Copy each line from the entries that the word "IFCGEOMETRICREPRESENTATIONSUBCONTEXT" appears in.

↓↓↓

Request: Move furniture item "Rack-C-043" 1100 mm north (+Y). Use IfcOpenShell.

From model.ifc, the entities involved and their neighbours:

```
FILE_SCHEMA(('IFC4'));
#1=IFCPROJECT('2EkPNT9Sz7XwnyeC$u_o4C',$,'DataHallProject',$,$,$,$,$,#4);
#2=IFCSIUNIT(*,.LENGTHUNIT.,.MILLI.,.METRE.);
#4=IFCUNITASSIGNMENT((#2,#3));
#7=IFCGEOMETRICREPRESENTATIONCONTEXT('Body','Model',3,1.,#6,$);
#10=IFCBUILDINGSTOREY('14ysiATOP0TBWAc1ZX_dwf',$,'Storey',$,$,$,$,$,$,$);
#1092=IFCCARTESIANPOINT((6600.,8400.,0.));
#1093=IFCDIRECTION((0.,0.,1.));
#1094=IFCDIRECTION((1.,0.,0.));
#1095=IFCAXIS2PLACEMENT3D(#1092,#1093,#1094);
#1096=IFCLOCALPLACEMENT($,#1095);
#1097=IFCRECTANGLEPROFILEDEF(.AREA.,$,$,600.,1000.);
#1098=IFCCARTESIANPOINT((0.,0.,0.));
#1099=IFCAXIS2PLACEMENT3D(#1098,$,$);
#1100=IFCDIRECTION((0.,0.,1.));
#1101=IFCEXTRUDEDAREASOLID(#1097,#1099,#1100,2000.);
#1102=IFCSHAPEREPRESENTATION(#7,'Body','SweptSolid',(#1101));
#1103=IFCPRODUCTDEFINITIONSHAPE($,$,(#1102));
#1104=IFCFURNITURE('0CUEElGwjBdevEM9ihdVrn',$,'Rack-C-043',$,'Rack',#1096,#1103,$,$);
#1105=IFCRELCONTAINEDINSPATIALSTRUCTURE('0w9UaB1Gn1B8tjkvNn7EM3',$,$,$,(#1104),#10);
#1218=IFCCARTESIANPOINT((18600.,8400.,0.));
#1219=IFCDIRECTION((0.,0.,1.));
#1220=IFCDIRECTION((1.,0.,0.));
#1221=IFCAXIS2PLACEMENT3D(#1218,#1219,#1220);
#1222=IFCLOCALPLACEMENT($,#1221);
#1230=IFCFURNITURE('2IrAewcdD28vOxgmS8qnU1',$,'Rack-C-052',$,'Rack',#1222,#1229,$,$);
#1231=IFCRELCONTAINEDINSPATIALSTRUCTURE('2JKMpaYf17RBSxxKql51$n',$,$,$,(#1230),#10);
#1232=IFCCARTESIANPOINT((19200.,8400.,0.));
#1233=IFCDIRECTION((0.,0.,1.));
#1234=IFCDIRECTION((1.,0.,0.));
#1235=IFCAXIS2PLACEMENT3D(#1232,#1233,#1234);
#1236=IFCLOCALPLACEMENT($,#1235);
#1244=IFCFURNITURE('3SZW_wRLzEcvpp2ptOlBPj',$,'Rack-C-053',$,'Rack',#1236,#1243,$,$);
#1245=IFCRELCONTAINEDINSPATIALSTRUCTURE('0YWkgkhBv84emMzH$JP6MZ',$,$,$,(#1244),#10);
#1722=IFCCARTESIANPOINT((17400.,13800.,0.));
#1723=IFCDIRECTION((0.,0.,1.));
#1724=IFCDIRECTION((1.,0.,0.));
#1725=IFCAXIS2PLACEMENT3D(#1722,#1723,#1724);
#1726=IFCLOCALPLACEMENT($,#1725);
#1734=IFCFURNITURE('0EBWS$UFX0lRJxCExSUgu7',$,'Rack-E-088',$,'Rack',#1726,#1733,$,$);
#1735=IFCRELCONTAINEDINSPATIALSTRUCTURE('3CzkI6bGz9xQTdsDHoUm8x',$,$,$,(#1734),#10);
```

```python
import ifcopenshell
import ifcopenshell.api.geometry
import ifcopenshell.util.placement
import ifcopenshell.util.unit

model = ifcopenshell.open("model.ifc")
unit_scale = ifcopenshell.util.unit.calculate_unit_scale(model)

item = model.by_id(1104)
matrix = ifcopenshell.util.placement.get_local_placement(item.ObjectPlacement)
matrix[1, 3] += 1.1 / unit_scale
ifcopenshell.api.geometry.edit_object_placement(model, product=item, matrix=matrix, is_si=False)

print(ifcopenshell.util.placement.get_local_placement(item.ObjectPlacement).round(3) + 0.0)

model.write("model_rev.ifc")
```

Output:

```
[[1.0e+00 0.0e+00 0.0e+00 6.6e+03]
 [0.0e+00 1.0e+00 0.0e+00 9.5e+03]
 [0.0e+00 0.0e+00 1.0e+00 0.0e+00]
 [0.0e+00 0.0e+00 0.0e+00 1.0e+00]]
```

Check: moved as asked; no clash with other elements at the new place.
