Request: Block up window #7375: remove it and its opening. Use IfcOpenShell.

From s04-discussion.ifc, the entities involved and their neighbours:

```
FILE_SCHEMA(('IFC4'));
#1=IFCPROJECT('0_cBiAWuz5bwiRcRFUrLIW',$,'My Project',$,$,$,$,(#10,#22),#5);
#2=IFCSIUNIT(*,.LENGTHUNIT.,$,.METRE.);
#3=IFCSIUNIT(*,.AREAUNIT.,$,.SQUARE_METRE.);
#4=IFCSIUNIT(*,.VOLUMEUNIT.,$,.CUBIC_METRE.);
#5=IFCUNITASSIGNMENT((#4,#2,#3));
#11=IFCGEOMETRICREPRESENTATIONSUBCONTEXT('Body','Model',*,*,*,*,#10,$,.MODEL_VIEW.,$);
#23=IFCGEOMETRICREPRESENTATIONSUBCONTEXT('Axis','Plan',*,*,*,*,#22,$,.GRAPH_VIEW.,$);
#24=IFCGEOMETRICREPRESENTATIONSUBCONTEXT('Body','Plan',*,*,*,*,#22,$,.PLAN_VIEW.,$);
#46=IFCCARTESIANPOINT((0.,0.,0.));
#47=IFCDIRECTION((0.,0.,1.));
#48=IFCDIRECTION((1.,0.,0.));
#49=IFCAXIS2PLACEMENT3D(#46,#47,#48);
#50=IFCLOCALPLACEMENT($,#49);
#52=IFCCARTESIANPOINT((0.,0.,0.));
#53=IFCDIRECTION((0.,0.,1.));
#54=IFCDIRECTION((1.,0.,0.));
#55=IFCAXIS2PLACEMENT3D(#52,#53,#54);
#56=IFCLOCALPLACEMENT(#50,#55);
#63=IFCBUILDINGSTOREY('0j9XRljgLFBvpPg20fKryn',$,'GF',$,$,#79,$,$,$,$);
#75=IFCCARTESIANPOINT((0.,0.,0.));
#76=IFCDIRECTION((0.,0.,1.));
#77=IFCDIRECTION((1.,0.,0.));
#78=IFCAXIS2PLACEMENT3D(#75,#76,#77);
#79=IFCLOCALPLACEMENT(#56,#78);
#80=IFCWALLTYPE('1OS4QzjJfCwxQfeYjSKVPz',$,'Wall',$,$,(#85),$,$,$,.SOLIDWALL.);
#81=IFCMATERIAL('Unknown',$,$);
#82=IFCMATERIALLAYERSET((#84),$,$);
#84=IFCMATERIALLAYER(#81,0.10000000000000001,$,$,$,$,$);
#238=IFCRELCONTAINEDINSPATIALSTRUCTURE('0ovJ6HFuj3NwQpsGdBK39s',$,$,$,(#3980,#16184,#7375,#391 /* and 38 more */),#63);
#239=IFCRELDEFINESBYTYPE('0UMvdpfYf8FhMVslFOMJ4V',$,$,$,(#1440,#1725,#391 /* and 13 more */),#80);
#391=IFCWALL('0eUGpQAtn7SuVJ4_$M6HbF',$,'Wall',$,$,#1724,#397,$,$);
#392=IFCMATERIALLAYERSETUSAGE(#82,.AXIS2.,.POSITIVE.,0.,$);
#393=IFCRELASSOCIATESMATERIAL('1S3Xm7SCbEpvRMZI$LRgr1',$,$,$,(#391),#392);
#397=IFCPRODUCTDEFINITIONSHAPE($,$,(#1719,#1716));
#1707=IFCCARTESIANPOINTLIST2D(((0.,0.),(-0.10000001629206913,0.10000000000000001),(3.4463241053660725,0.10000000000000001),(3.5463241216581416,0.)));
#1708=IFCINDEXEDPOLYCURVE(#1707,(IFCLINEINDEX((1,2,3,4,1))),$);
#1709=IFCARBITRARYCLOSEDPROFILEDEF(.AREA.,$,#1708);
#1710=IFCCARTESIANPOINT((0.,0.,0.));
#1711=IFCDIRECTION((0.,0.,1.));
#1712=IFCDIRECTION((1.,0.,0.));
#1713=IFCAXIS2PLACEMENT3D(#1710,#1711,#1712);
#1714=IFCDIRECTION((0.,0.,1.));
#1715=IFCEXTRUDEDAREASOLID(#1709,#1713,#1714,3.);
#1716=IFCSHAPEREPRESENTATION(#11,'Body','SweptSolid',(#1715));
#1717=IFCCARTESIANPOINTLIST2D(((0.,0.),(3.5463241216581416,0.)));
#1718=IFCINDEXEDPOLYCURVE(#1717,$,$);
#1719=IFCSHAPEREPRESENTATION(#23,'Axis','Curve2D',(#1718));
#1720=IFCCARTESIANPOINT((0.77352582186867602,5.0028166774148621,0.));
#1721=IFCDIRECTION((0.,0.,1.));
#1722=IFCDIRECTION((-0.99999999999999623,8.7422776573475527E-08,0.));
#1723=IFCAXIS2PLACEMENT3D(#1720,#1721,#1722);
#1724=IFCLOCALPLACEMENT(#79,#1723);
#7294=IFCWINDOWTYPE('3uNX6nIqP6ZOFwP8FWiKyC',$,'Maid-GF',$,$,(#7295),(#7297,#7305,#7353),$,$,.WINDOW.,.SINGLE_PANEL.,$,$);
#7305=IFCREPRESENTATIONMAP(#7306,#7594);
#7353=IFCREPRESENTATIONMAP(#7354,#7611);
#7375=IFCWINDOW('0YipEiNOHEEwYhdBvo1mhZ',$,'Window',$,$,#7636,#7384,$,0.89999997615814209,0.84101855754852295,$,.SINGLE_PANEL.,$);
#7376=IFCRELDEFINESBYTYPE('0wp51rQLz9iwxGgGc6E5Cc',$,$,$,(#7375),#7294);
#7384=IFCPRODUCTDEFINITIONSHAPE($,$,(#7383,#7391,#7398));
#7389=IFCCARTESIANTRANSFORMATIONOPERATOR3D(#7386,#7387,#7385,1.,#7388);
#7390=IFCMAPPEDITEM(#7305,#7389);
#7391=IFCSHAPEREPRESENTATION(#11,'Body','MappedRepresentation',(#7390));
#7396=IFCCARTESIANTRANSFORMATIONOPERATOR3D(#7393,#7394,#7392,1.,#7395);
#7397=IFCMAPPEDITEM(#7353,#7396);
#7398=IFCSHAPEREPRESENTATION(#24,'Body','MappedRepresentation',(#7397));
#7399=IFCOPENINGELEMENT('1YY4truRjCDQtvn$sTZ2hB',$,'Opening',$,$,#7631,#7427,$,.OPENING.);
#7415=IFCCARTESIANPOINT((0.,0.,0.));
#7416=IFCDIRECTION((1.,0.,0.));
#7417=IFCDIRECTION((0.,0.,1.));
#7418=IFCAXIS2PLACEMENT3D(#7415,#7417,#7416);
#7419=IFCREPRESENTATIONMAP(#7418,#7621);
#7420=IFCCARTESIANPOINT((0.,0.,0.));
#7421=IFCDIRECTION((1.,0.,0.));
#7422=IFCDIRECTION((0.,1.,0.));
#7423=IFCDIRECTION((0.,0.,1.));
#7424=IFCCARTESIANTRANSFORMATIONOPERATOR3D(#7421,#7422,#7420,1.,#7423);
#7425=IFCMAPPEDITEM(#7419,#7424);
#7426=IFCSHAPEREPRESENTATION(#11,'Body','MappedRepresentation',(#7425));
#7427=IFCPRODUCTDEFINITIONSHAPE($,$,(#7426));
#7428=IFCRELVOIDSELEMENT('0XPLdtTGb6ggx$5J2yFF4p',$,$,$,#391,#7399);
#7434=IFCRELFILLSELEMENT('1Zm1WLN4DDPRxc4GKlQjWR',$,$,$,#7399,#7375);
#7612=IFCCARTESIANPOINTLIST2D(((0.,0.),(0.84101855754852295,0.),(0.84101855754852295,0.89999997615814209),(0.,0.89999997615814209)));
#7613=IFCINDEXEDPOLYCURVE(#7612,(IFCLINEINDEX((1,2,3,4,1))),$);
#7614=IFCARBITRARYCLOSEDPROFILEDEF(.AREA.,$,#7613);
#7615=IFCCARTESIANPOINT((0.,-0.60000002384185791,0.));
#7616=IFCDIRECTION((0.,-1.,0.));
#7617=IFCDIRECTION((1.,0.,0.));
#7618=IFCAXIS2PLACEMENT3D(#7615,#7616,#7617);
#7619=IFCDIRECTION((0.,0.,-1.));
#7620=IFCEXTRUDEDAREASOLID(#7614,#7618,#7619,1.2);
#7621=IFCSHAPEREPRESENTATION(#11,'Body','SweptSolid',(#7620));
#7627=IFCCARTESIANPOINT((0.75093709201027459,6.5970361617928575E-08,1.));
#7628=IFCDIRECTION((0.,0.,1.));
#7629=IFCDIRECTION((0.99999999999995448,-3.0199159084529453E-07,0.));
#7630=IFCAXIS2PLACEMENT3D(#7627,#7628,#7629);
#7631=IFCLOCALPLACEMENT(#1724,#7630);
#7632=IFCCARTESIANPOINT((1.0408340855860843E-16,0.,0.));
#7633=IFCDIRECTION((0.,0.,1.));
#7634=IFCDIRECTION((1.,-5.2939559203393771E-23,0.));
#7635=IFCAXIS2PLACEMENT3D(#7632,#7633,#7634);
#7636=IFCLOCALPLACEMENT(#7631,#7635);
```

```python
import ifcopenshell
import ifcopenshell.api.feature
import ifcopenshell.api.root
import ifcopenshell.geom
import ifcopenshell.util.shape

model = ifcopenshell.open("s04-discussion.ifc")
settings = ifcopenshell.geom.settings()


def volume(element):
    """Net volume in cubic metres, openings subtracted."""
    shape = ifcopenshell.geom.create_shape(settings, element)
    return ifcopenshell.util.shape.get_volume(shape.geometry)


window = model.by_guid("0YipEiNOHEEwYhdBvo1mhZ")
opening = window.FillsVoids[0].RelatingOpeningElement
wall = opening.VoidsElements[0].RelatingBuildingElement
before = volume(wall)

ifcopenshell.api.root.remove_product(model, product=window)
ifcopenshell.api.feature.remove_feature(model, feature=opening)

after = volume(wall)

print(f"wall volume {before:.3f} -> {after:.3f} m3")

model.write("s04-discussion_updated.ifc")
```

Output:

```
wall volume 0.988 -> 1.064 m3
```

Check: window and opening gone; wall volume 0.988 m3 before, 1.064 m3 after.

↑↑↑
↓↓↓

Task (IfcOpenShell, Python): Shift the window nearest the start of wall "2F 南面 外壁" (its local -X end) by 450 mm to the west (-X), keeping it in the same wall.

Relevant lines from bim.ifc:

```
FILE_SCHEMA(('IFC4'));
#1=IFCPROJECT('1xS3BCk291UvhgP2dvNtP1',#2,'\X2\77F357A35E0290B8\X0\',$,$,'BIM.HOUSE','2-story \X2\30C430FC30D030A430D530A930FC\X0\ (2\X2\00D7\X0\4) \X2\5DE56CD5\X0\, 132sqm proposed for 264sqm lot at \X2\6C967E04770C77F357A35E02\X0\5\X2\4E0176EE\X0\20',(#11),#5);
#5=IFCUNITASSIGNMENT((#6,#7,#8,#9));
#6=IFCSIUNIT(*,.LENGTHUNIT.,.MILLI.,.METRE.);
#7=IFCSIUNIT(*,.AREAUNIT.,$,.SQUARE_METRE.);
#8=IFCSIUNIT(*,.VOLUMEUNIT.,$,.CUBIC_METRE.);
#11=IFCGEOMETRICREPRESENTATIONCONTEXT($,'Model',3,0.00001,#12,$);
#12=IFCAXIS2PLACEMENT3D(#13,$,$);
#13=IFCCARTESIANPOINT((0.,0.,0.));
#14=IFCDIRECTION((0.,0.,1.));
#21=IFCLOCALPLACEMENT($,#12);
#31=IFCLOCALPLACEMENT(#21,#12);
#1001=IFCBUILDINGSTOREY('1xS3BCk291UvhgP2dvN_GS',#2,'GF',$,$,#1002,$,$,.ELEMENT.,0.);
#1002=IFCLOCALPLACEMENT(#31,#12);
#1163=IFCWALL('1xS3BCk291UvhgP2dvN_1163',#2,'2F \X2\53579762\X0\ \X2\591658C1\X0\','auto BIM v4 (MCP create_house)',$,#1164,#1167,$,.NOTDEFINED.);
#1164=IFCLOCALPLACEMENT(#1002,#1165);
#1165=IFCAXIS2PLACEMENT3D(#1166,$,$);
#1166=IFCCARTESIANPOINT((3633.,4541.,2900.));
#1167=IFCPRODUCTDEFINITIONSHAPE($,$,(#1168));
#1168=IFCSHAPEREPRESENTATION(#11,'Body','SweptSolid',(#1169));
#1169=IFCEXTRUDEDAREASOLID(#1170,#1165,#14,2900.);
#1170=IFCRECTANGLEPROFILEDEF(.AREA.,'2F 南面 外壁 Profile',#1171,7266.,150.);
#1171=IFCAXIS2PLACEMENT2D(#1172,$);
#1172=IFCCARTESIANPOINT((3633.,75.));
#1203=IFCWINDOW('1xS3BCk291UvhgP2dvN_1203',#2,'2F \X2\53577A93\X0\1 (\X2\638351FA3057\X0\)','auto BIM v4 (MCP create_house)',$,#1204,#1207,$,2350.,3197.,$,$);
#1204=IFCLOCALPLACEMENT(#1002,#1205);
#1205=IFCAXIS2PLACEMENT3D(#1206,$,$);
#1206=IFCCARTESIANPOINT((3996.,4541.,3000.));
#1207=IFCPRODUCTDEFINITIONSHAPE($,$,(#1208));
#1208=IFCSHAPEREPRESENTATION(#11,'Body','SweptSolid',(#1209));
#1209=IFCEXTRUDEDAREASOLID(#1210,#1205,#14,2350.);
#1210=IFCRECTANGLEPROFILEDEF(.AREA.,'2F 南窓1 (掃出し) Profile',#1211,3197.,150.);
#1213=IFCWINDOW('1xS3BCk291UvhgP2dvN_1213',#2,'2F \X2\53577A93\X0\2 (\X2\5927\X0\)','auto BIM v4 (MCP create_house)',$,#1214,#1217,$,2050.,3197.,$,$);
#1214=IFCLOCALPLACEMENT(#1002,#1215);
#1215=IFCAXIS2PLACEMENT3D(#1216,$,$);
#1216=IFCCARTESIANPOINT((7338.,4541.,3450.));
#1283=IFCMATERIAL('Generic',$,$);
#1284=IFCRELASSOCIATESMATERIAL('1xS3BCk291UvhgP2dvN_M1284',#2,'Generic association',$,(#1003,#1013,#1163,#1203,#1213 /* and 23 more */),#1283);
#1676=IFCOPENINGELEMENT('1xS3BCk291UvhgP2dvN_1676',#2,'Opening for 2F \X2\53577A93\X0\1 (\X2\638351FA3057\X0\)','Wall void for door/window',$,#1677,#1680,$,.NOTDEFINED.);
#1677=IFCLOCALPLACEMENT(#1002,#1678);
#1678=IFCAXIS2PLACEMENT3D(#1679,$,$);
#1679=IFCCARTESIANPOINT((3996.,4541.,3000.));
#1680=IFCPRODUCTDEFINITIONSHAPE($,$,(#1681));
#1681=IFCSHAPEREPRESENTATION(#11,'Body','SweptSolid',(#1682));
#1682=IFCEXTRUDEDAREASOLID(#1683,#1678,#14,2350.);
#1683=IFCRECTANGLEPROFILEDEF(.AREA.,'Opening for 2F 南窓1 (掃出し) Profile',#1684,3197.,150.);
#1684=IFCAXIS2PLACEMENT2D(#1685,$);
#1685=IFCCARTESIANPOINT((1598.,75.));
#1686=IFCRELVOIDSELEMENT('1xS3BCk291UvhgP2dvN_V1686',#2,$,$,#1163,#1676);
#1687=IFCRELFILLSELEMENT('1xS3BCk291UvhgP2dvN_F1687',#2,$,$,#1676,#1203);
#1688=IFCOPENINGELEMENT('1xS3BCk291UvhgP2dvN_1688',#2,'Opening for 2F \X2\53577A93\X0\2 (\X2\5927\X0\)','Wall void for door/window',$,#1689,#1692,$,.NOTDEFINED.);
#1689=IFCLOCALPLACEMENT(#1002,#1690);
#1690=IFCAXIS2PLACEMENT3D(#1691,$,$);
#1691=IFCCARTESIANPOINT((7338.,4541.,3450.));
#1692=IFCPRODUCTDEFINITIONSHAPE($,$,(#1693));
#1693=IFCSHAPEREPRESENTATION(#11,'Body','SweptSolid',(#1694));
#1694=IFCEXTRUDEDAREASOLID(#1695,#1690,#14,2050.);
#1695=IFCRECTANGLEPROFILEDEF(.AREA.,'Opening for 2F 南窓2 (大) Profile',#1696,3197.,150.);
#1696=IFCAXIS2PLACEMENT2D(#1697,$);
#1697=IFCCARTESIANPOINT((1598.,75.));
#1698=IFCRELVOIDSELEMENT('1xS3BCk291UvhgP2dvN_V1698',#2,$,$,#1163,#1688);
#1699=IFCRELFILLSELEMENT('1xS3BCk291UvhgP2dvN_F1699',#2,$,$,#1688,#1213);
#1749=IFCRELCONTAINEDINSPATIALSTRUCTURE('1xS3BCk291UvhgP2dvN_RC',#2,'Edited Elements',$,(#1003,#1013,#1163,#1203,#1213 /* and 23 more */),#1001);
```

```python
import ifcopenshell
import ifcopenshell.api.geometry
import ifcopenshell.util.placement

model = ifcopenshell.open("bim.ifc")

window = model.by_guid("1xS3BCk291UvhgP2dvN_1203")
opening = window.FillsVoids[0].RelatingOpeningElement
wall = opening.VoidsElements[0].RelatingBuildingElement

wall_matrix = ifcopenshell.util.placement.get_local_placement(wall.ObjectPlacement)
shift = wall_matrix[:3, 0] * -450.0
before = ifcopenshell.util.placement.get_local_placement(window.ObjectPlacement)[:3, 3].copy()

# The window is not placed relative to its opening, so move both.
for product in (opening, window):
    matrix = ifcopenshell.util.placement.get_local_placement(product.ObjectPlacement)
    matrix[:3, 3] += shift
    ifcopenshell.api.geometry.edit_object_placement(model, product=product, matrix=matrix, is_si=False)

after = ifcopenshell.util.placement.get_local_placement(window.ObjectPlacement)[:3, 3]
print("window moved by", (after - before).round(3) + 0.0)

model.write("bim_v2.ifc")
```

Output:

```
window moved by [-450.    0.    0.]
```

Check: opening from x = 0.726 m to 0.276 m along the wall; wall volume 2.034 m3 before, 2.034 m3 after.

↑↑↑
↓↓↓

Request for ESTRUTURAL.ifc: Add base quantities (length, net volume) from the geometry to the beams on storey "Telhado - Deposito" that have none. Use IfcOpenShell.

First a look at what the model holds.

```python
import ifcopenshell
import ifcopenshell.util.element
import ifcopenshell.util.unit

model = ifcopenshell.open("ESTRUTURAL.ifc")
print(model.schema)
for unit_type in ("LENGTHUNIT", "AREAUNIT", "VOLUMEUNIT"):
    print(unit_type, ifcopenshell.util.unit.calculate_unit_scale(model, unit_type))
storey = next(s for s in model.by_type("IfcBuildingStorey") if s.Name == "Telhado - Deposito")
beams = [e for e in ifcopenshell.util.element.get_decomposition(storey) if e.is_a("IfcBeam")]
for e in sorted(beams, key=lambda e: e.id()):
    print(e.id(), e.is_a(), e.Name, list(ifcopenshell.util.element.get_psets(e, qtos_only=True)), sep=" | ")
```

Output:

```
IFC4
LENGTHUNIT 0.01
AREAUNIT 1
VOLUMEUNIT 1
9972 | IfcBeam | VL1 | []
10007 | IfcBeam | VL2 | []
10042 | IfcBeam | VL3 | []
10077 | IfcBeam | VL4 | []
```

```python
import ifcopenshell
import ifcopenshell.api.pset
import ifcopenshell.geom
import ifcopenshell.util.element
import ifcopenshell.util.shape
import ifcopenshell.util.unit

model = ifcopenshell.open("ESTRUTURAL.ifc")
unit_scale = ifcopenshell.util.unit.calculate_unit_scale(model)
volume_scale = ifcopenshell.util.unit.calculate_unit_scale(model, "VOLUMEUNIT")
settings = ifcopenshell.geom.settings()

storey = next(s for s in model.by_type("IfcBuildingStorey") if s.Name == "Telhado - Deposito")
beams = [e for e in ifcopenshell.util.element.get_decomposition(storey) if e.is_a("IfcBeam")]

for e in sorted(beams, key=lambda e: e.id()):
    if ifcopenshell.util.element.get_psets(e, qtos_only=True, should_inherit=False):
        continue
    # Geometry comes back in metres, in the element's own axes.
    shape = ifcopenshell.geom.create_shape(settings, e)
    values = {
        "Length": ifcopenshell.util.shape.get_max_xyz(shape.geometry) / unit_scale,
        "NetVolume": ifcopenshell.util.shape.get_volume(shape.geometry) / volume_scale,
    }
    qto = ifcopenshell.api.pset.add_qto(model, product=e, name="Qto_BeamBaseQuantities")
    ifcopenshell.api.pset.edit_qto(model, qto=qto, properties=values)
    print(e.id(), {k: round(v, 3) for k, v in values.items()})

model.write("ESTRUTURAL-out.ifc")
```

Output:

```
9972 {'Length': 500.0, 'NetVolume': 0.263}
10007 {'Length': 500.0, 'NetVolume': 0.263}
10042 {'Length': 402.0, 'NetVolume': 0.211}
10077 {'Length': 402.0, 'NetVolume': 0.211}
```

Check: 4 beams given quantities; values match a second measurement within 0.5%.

↑↑↑

## OUTPUT FOR THIS TASK
#11=IFCGEOMETRICREPRESENTATIONSUBCONTEXT('Body','Model',*,*,*,*,#10,$,.MODEL_VIEW.,$);
#23=IFCGEOMETRICREPRESENTATIONSUBCONTEXT('Axis','Plan',*,*,*,*,#22,$,.GRAPH_VIEW.,$);
#24=IFCGEOMETRICREPRESENTATIONSUBCONTEXT('Body','Plan',*,*,*,*,#22,$,.PLAN_VIEW.,$);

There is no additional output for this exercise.